▶ Your task: Check every line of the entries for the string "COLUMN" and return the ones that contain it.
══════
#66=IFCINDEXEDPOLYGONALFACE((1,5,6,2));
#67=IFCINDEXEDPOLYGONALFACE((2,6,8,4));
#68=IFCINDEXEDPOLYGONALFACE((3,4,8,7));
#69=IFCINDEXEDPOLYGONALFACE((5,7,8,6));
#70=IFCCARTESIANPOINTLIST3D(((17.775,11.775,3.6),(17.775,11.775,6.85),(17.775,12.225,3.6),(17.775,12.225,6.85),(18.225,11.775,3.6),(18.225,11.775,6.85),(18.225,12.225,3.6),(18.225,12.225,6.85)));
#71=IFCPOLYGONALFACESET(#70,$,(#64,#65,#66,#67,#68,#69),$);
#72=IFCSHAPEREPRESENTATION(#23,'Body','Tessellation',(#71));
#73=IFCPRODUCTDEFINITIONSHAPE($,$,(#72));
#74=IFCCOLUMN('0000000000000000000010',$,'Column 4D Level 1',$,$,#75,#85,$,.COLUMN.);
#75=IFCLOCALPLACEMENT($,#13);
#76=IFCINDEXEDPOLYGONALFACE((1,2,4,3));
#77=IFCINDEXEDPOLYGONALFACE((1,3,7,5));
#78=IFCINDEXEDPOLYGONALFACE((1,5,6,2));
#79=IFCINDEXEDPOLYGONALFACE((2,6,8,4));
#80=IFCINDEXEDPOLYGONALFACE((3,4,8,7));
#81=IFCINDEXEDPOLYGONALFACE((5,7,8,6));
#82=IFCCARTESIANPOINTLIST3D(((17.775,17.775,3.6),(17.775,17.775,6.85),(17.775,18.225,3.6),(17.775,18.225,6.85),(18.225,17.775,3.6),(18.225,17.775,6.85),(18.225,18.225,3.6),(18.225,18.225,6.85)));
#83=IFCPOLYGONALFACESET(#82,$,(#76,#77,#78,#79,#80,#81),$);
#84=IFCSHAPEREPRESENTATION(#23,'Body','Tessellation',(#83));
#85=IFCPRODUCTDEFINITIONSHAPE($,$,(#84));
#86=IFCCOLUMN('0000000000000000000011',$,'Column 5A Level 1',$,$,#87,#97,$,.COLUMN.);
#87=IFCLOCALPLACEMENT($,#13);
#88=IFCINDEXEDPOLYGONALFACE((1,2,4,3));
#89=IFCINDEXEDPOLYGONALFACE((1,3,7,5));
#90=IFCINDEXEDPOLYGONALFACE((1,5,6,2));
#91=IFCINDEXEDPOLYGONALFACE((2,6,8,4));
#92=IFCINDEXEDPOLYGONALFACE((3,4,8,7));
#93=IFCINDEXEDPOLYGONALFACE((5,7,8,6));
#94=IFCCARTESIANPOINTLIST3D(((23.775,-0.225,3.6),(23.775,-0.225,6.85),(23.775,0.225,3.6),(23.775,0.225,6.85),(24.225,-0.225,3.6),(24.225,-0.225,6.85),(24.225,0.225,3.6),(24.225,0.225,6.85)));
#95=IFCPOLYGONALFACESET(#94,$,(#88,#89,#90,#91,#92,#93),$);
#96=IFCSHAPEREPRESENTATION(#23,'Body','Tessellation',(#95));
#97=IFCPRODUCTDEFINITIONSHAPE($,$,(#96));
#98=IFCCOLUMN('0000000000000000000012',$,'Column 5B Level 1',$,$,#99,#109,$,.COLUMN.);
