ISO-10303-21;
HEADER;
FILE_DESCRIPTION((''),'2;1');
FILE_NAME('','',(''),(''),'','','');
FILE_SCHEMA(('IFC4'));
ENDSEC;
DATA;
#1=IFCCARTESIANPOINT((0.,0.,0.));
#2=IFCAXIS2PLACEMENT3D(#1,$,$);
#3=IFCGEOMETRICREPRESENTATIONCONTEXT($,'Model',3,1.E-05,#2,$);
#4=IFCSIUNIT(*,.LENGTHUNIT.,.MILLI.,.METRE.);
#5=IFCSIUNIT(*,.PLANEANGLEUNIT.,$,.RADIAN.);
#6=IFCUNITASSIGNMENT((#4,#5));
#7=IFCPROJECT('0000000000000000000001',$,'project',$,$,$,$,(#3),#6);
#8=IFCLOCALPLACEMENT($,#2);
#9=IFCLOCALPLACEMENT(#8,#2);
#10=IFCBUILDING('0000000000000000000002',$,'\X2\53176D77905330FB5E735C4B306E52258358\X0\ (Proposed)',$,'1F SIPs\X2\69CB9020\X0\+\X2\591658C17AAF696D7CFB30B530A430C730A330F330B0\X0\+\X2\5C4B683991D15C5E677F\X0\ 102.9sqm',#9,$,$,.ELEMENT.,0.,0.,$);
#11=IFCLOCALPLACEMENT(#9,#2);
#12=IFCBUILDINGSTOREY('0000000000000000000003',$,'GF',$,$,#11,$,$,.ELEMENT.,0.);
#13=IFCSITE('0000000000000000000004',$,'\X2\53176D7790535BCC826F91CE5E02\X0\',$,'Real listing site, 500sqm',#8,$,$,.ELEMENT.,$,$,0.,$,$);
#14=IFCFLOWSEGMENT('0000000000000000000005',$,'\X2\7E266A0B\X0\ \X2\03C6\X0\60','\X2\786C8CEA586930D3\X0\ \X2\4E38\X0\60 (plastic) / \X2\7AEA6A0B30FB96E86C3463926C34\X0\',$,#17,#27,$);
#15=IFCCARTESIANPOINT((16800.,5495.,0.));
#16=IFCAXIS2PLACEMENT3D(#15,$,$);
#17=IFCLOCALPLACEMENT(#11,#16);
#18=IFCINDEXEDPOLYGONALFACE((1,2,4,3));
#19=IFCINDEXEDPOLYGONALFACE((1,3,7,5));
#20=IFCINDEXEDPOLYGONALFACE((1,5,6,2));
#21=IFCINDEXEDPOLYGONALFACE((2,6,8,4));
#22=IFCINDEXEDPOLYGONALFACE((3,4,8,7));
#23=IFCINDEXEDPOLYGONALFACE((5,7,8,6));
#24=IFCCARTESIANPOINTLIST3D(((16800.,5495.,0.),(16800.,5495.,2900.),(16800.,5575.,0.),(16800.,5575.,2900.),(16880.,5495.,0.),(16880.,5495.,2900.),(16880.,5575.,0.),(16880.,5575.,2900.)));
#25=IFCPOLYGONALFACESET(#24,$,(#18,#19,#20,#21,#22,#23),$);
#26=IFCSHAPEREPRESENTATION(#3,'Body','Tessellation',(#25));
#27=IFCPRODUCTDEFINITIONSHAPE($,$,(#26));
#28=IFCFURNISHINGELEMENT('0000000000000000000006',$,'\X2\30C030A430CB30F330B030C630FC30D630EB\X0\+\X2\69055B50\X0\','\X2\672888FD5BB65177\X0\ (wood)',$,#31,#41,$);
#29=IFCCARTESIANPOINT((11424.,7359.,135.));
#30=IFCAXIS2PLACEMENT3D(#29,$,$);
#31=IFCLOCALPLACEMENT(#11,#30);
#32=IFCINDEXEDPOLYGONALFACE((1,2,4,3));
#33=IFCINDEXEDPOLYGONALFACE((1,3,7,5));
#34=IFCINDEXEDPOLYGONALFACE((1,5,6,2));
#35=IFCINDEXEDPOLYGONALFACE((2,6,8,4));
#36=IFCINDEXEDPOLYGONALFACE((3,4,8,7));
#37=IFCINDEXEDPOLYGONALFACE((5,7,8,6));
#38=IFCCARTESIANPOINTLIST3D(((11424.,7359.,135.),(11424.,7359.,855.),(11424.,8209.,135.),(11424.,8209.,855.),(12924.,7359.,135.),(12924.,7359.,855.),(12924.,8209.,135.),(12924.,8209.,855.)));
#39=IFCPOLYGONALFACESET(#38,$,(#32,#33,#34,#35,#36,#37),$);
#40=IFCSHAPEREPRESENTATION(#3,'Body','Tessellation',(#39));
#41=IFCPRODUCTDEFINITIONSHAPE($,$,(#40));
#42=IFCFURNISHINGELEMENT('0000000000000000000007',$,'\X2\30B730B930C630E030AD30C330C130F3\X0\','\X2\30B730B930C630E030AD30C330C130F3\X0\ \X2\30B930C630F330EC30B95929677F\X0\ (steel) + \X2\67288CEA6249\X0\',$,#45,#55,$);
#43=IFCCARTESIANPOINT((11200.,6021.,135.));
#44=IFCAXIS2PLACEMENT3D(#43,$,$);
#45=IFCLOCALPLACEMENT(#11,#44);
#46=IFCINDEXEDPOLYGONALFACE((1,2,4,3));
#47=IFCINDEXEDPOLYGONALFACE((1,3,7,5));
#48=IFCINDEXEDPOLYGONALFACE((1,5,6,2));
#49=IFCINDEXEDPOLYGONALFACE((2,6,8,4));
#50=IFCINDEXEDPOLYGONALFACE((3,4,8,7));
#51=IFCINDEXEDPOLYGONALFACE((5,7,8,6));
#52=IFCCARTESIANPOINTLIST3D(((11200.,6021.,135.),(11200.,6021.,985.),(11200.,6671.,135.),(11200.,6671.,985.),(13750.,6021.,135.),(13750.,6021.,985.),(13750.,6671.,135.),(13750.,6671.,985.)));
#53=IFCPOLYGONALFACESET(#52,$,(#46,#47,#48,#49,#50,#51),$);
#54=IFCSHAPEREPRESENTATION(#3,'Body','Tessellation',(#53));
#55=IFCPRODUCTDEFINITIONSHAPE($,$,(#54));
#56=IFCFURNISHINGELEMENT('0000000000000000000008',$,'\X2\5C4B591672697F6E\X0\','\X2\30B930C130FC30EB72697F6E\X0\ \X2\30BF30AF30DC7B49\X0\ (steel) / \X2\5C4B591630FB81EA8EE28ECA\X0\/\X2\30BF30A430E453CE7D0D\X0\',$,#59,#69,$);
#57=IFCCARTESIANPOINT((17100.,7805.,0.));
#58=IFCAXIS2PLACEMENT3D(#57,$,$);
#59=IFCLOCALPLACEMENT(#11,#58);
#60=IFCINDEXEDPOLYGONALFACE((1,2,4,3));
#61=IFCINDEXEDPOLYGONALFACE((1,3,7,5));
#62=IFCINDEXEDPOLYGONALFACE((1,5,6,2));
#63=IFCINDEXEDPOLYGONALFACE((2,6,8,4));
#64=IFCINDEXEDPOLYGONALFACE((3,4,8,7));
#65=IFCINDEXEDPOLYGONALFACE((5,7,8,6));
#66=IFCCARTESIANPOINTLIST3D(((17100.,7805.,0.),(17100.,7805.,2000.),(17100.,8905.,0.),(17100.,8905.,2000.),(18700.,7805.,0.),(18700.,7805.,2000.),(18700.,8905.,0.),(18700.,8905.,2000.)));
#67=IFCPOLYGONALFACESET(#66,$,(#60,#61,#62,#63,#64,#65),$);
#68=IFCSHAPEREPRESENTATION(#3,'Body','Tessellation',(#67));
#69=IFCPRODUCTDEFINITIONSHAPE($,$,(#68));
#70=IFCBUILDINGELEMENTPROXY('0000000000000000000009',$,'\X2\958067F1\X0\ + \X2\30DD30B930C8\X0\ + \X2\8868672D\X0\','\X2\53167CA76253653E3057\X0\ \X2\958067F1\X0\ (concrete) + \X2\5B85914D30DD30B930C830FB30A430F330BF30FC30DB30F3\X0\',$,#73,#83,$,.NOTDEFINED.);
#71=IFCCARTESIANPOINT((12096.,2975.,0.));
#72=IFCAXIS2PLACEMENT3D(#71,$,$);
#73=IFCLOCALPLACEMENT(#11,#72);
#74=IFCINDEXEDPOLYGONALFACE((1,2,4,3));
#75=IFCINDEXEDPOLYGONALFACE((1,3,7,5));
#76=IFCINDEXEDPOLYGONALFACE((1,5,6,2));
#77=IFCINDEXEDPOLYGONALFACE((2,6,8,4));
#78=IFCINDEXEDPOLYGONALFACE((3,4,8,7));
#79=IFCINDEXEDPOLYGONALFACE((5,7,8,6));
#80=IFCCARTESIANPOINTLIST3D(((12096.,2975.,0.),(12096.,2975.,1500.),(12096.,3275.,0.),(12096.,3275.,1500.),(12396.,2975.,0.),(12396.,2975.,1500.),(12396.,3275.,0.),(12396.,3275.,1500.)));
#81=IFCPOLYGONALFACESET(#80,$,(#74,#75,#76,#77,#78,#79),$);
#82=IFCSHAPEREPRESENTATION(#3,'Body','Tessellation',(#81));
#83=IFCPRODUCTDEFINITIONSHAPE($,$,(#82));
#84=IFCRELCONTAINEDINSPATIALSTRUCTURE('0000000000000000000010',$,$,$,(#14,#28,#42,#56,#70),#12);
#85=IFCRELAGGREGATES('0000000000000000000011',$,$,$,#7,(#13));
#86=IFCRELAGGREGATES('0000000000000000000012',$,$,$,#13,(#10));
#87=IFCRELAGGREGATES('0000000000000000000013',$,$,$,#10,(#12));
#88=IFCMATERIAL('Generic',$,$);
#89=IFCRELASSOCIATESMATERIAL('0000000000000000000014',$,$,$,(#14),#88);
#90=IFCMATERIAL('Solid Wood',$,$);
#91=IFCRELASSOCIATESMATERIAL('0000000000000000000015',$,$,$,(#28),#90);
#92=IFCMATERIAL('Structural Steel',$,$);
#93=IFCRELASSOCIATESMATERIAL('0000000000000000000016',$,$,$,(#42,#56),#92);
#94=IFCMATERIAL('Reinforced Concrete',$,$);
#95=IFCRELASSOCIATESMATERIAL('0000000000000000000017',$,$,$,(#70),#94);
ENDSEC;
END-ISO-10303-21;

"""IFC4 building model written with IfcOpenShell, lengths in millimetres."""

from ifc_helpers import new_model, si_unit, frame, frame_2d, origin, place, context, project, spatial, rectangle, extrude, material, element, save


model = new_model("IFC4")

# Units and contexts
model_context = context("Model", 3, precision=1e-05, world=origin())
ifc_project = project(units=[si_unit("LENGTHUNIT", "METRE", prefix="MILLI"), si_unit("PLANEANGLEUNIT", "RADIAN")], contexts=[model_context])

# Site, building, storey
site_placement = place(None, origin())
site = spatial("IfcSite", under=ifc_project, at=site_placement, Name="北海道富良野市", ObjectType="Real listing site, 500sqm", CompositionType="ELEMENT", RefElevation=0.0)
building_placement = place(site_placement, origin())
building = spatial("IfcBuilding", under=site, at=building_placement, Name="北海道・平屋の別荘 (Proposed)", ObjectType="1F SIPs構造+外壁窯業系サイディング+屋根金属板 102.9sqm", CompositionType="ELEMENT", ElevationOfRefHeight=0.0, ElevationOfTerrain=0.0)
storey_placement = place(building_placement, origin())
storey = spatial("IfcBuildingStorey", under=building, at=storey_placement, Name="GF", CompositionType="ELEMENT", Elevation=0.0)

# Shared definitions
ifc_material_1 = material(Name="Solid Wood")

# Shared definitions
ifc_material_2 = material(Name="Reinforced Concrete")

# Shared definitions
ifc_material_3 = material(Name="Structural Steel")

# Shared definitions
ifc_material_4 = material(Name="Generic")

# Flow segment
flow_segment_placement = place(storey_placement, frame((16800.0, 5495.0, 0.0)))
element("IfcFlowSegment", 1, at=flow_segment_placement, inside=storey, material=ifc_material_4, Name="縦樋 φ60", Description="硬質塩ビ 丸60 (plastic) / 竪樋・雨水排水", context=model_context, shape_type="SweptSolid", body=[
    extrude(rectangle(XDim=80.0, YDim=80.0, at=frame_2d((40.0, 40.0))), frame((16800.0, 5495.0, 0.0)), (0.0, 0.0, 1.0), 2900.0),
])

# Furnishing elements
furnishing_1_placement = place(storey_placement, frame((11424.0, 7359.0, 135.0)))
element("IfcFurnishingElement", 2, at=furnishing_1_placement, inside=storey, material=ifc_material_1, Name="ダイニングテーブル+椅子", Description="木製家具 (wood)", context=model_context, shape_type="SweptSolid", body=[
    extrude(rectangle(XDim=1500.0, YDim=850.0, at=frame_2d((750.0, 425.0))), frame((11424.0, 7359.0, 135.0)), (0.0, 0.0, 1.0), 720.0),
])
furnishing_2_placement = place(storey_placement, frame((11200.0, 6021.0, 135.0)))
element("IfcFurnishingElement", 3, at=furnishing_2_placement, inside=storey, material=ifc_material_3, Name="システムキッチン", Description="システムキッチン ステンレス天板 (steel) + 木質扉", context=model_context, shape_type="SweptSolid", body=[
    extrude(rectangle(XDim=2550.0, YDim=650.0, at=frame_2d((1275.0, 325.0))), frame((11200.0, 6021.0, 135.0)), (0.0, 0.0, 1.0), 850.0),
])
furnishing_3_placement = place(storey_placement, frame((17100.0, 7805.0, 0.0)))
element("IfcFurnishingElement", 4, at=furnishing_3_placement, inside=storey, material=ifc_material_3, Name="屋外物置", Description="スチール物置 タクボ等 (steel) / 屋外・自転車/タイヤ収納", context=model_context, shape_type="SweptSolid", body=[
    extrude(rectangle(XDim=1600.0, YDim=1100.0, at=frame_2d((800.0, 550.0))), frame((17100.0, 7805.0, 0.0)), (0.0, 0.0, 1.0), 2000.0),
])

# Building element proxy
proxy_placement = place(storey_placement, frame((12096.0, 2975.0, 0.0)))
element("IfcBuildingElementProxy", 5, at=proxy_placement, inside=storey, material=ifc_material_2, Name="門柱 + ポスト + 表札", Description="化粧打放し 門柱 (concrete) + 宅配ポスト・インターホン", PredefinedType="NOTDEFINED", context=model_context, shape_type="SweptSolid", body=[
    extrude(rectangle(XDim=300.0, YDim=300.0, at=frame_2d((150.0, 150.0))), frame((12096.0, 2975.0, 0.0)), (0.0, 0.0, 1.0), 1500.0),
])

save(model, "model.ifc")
══════
▶ Your response:
#74=IFCCOLUMN('0000000000000000000010',$,'Column 4D Level 1',$,$,#75,#85,$,.COLUMN.);
#86=IFCCOLUMN('0000000000000000000011',$,'Column 5A Level 1',$,$,#87,#97,$,.COLUMN.);
#98=IFCCOLUMN('0000000000000000000012',$,'Column 5B Level 1',$,$,#99,#109,$,.COLUMN.);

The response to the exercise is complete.